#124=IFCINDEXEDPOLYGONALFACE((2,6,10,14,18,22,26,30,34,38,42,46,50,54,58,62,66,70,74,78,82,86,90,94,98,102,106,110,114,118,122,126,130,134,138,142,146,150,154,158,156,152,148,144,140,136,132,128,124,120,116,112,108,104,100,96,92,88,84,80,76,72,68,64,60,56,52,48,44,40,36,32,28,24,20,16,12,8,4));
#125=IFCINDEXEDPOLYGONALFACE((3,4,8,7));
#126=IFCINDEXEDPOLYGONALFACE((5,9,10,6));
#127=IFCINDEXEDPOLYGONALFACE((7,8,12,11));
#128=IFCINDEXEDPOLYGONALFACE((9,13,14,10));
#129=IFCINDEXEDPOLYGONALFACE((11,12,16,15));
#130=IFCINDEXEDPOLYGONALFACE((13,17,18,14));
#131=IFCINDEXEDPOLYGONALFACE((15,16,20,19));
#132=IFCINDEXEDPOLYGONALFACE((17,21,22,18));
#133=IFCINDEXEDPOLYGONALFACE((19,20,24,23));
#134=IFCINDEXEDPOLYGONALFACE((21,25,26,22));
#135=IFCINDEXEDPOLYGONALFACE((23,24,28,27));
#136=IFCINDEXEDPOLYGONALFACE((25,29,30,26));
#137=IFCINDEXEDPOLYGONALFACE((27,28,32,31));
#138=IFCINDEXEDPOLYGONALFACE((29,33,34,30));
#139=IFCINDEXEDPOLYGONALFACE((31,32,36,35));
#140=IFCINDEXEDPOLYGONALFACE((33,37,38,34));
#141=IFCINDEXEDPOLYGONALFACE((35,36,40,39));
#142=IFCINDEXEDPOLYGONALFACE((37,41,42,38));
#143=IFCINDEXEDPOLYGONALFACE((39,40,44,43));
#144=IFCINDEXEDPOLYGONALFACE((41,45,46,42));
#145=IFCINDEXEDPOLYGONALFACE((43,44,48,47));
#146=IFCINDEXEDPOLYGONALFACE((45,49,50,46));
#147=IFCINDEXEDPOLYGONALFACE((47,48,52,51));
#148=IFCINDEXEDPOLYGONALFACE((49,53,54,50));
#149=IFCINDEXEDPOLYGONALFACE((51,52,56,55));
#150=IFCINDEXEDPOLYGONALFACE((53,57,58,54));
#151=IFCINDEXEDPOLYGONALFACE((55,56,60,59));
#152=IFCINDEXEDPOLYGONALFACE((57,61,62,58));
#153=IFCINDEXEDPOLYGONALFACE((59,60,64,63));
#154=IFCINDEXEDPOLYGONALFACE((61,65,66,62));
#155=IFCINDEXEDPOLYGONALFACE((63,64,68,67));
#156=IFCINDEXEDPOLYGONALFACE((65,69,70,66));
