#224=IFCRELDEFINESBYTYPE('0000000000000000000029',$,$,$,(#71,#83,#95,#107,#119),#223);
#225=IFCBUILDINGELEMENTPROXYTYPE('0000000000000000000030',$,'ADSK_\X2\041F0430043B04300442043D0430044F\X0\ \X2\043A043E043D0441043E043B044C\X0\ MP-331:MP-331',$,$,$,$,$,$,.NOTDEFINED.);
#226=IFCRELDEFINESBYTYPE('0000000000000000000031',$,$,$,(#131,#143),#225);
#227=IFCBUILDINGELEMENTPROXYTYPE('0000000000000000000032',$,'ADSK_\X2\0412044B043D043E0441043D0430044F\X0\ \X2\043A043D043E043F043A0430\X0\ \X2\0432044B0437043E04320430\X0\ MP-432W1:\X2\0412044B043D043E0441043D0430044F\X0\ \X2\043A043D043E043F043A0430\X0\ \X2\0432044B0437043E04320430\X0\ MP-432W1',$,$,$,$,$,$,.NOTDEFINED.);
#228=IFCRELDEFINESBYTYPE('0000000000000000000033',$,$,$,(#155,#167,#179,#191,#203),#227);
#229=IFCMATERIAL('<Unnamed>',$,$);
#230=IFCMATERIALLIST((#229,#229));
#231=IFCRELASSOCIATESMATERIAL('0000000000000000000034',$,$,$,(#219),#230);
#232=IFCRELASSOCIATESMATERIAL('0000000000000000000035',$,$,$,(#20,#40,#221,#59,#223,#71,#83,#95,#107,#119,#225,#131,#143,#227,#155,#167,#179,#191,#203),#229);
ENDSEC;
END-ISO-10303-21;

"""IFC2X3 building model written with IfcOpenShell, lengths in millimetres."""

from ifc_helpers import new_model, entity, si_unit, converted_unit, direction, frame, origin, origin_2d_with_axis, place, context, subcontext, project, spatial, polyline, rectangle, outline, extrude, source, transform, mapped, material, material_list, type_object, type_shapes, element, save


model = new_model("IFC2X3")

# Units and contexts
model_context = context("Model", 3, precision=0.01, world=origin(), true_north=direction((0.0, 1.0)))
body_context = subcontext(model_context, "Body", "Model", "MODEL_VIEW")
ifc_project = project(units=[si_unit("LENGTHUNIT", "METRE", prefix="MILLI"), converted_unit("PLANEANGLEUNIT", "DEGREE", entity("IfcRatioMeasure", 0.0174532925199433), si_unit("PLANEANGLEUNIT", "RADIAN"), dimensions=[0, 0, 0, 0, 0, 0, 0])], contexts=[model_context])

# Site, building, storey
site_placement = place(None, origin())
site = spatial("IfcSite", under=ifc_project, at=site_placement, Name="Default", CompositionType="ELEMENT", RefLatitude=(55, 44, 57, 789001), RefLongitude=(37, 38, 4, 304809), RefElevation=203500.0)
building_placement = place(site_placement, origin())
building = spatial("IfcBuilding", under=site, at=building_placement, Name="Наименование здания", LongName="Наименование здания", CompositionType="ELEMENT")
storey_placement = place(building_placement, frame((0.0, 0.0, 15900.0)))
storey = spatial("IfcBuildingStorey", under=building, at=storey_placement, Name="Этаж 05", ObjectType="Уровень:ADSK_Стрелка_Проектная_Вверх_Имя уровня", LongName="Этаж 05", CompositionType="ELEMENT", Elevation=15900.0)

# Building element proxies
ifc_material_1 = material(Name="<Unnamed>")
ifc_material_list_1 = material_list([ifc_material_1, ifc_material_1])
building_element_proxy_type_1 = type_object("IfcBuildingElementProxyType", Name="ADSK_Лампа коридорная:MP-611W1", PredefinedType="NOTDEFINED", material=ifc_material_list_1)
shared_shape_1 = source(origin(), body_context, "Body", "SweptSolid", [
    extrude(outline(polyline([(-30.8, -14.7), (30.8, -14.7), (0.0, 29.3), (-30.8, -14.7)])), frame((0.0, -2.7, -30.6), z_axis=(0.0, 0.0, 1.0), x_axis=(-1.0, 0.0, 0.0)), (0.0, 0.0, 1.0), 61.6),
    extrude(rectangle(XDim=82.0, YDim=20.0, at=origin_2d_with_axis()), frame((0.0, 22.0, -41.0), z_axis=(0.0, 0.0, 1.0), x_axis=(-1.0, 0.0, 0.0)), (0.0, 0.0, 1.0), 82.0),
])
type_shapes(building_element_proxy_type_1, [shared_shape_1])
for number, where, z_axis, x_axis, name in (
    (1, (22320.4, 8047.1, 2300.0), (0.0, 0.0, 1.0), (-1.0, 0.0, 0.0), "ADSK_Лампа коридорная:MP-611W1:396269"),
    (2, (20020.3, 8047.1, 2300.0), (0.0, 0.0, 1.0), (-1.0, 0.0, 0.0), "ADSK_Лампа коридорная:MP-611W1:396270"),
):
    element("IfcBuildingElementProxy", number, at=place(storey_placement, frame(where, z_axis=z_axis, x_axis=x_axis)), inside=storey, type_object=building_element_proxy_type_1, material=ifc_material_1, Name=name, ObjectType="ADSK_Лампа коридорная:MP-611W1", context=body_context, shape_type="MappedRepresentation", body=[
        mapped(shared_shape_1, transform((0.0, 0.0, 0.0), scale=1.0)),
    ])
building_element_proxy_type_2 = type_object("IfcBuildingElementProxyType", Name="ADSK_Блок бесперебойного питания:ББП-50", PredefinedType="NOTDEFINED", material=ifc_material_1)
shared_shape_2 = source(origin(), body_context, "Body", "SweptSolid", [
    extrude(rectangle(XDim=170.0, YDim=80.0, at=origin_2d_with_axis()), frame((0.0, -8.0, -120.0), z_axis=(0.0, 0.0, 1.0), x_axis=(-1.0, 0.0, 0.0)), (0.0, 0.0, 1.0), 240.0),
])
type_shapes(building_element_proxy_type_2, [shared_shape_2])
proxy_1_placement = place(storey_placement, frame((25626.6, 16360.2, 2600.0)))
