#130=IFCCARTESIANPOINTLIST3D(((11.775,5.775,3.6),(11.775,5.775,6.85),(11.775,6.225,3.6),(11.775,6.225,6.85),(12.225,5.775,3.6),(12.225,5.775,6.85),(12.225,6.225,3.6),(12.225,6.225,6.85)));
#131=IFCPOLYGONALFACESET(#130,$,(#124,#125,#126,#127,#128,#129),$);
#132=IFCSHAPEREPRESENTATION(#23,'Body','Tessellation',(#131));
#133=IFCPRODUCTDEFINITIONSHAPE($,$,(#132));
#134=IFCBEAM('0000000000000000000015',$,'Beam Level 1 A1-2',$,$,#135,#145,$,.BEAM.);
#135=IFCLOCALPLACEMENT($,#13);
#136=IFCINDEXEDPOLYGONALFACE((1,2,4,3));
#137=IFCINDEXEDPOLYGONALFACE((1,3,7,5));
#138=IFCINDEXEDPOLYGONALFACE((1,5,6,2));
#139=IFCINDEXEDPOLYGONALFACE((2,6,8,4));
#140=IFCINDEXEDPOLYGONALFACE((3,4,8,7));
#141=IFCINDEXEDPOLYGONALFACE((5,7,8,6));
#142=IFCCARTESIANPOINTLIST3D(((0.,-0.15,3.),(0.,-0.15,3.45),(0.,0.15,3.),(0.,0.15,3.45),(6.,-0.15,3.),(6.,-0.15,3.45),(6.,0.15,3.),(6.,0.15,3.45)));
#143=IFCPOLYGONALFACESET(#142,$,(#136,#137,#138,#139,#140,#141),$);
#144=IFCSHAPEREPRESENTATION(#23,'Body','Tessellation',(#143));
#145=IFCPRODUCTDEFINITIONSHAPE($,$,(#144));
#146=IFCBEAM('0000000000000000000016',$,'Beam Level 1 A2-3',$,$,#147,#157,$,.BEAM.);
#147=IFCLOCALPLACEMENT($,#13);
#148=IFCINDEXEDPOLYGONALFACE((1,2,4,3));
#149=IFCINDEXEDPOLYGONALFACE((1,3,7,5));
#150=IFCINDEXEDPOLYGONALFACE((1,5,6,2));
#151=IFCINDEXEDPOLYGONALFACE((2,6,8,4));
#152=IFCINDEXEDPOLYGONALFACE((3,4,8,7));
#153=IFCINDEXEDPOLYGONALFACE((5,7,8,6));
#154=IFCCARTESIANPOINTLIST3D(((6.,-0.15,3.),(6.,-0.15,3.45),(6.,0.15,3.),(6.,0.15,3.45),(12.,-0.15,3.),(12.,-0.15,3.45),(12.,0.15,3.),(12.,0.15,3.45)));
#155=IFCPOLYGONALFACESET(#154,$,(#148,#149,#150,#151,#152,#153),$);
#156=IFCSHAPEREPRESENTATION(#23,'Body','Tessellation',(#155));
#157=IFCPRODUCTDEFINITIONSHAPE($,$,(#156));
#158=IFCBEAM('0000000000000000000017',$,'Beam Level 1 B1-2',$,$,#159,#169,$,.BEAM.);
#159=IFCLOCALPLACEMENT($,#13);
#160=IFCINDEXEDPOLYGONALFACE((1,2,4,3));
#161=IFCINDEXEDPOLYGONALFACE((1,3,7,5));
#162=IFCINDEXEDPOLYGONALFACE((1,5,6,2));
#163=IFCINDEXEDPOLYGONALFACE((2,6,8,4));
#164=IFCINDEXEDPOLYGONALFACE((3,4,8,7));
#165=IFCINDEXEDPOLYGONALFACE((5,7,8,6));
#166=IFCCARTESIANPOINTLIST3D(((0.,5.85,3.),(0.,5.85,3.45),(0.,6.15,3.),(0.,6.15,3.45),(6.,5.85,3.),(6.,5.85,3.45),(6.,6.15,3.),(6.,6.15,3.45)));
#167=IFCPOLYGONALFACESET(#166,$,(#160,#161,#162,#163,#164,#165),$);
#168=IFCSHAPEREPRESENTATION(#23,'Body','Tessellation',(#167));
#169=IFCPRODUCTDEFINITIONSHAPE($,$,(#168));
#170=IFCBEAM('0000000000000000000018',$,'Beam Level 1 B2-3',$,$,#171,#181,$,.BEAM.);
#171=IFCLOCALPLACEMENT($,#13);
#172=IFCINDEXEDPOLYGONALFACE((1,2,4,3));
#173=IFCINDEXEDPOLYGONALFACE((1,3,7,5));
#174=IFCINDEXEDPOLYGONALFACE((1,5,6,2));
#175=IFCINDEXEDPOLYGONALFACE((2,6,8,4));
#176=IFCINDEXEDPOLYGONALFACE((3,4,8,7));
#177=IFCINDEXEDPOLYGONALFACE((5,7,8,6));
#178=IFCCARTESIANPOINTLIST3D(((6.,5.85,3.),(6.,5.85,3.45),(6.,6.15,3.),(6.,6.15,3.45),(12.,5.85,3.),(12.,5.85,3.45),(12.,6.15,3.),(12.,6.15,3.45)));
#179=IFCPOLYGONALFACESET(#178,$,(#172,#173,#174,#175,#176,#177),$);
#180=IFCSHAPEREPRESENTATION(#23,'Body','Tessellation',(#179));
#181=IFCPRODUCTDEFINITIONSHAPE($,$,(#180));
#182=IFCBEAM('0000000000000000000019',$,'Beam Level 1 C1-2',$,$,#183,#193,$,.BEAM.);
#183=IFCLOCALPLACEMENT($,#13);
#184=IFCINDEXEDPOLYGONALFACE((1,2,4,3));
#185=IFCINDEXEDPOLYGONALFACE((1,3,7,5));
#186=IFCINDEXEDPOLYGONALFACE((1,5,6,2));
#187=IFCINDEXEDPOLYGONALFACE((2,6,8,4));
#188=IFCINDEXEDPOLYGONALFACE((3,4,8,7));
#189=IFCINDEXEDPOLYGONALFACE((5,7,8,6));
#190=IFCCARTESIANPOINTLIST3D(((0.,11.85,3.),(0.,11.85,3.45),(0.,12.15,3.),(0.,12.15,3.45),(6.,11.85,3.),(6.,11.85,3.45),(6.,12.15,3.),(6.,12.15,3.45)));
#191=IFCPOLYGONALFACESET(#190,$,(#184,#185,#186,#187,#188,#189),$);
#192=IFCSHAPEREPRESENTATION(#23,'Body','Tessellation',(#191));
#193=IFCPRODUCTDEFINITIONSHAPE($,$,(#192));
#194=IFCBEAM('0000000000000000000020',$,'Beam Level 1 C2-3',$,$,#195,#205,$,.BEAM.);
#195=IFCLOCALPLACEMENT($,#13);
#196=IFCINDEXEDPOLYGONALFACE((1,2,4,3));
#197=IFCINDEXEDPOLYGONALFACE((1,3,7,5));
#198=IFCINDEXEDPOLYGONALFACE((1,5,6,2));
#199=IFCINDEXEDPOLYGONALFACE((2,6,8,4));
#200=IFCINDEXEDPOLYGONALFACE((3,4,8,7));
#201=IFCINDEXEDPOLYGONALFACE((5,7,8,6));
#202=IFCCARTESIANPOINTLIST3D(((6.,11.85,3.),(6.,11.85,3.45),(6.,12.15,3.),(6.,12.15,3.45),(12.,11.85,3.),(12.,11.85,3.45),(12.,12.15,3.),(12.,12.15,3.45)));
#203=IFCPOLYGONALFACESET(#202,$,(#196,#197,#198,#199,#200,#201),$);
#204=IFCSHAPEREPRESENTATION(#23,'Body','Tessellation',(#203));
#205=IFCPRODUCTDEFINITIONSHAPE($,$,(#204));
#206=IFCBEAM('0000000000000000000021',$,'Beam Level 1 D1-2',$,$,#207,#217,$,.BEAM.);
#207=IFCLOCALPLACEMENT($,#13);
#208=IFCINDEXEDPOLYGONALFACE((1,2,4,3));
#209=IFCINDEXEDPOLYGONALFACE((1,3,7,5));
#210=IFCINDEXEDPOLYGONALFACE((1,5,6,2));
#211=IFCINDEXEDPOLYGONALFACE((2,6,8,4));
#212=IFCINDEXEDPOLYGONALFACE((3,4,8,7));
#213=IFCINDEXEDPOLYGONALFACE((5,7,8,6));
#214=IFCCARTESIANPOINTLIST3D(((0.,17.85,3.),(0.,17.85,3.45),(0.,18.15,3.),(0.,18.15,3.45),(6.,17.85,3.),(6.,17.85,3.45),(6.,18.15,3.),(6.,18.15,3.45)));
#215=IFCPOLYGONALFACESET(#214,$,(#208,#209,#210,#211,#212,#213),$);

· · · · ·

● **Try it**:
Whenever the word "IFCLOCALPLACEMENT" shows up in a line of the entries, copy that line.

● **Answer area**:
#135=IFCLOCALPLACEMENT($,#13);
#147=IFCLOCALPLACEMENT($,#13);
#159=IFCLOCALPLACEMENT($,#13);
#171=IFCLOCALPLACEMENT($,#13);
#183=IFCLOCALPLACEMENT($,#13);
#195=IFCLOCALPLACEMENT($,#13);
#207=IFCLOCALPLACEMENT($,#13);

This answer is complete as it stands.